A few days after talking with Seb, I went diving on the outer rim of Ranobe’s fringing reef. My dive instructor, Anne Furp, asked if I’m certified to dive deep.

"Yeah, I'm an Advanced Diver. I can go to 100 feet," I told her.

"Good," said Anne. "We only do deep dives here. Anything the fishermen can reach by freediving has already been destroyed."

Tip for backpackers on a budget: search thrift stores for tight athletic leggings and a long-sleeved swim-shirt. It's a lot cheaper than a wetsuit.
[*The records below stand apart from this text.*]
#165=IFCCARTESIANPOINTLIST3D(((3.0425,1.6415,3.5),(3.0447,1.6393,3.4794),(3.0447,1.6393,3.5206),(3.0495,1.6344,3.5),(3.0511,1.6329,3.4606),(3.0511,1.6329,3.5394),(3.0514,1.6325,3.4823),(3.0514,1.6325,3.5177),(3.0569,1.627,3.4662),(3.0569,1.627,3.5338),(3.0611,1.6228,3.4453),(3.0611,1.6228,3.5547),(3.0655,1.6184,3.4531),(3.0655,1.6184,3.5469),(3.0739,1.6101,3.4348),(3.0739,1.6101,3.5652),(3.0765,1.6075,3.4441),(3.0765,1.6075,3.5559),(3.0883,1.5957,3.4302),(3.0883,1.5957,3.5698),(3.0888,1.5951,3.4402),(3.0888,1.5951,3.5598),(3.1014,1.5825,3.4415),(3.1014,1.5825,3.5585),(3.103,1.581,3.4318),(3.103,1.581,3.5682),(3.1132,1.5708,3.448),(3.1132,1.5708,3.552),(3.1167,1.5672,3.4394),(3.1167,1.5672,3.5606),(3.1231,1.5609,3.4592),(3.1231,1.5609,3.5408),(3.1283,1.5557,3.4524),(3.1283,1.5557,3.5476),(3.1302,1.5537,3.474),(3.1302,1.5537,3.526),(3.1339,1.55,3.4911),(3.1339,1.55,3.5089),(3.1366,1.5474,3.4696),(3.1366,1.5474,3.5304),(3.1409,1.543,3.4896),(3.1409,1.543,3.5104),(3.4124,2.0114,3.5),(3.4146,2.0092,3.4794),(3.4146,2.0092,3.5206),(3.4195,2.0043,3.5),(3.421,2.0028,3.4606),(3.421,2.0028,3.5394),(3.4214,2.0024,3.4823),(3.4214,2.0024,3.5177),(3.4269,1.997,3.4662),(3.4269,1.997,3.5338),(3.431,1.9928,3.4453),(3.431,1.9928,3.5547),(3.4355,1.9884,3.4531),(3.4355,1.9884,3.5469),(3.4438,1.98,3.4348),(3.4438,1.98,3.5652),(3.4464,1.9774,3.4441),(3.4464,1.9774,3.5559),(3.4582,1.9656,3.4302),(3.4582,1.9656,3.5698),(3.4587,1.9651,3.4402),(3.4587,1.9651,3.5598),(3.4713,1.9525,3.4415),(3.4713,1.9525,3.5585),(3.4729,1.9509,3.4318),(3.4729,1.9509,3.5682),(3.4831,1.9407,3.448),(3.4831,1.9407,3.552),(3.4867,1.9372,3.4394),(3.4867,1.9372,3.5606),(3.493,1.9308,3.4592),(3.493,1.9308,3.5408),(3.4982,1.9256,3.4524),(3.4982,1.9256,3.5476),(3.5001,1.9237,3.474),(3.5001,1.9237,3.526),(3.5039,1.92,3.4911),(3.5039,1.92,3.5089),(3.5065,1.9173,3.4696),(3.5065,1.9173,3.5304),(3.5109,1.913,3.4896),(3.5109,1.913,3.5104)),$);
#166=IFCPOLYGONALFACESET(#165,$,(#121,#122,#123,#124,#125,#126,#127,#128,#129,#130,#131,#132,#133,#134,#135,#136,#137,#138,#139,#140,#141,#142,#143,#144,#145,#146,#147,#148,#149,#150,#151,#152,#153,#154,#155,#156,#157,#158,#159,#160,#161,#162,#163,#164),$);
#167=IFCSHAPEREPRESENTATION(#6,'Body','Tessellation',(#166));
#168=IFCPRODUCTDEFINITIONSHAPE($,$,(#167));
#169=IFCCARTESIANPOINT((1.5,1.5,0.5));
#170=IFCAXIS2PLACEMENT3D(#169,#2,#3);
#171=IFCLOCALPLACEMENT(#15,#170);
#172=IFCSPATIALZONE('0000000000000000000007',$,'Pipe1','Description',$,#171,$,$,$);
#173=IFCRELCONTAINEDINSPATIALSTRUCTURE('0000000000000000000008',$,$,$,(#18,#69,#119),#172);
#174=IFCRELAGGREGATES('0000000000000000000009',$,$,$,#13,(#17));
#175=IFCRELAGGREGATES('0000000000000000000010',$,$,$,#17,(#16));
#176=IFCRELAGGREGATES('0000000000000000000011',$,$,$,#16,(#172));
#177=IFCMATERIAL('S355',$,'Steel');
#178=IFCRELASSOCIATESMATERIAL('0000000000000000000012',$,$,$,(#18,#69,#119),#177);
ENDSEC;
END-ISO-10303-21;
Knowing about my love for microbes, Anne pointed out a massive, lavender mound of Porites coral with white rings circling several of its pores. I don’t know what pathogen was causing those white rings, but I noted that coral disease does not discriminate among depths. We saw a scaly crocodile fish, a marbled grouper as long as I am tall, angelfish, moray eels, and (my personal favorite) a healthy sea star.

A few days after that, I went snorkeling in the shallow section of Massif des Roses, the first community-managed marine reserve established by Reef Doctor.

The sun was shining as a wind-powered pirogue carried Haja, Mahery and me to our snorkel site.

It was Haja and Mahery's first time snorkeling! They have studied Madagascar's terrestrial plants and animals all their lives, but never had they seen their ocean's algae, corals, or fishes.

The difference between the deep dive and the shallow snorkel was heartbreaking. In two hours, I swam above a seafloor that was half garden and half graveyard. Spiny black Diadema sea urchins clustered in crevices, and a school of dark fish flashed by. One Acropora showed the purple fluorescence of new growth at its tips, and a lime-green Porites photosynthesized under our masks. These live corals were surrounded by rubble, the skeletal remains of their dead kin. Seb’s prediction that coral reefs will go extinct in our lifetime appeared to be coming true in front of my mask. One of the healthiest patches in Ranobe, Massif des Roses, harbored life. Yet it was a ruin, an ecosystem drawing its last shaky breaths in the Intensive Care Unit of planet Earth.

Here is a GoPro video I made to document the condition of Massif des Roses and celebrate Haja and Mahery's inaugural snorkel.

Seb knows this bay will never be pristine, at least not for many generations. At best, Ranobe will become a fragmented habitat composed of a few hardy coral species, an artificial reef of boulders, and a rebar garden of transplanted coral recruits. Tourists will dive deep to glimpse the abundance of the past, while locals will scrape a living from the marine life that remains. Yet he, Emma, and all of Reef Doctor's staff and volunteers are moving toward something different, something alive.

Rather than forsake this seafloor as a lost cause, they embrace its knotted web of relationships: with scientists and fishermen, pirogues carrying away forests into houses, drier summers, drier winters, climate and weather and carbon dioxide, fried fish in torn pages of lined paper, stinging plankton and crumbling calcium carbonate.

The death within Ranobe is easy to see, but it is not complete. Life makes its way in this ruin: a school of snapper, a toothy eel, a jellyfish. The first humphead wrasse in ten years. Seb knows our survival is entangled with the survival of the reef. And for him, a sliver of uncertainty in his patient's prognosis is enough.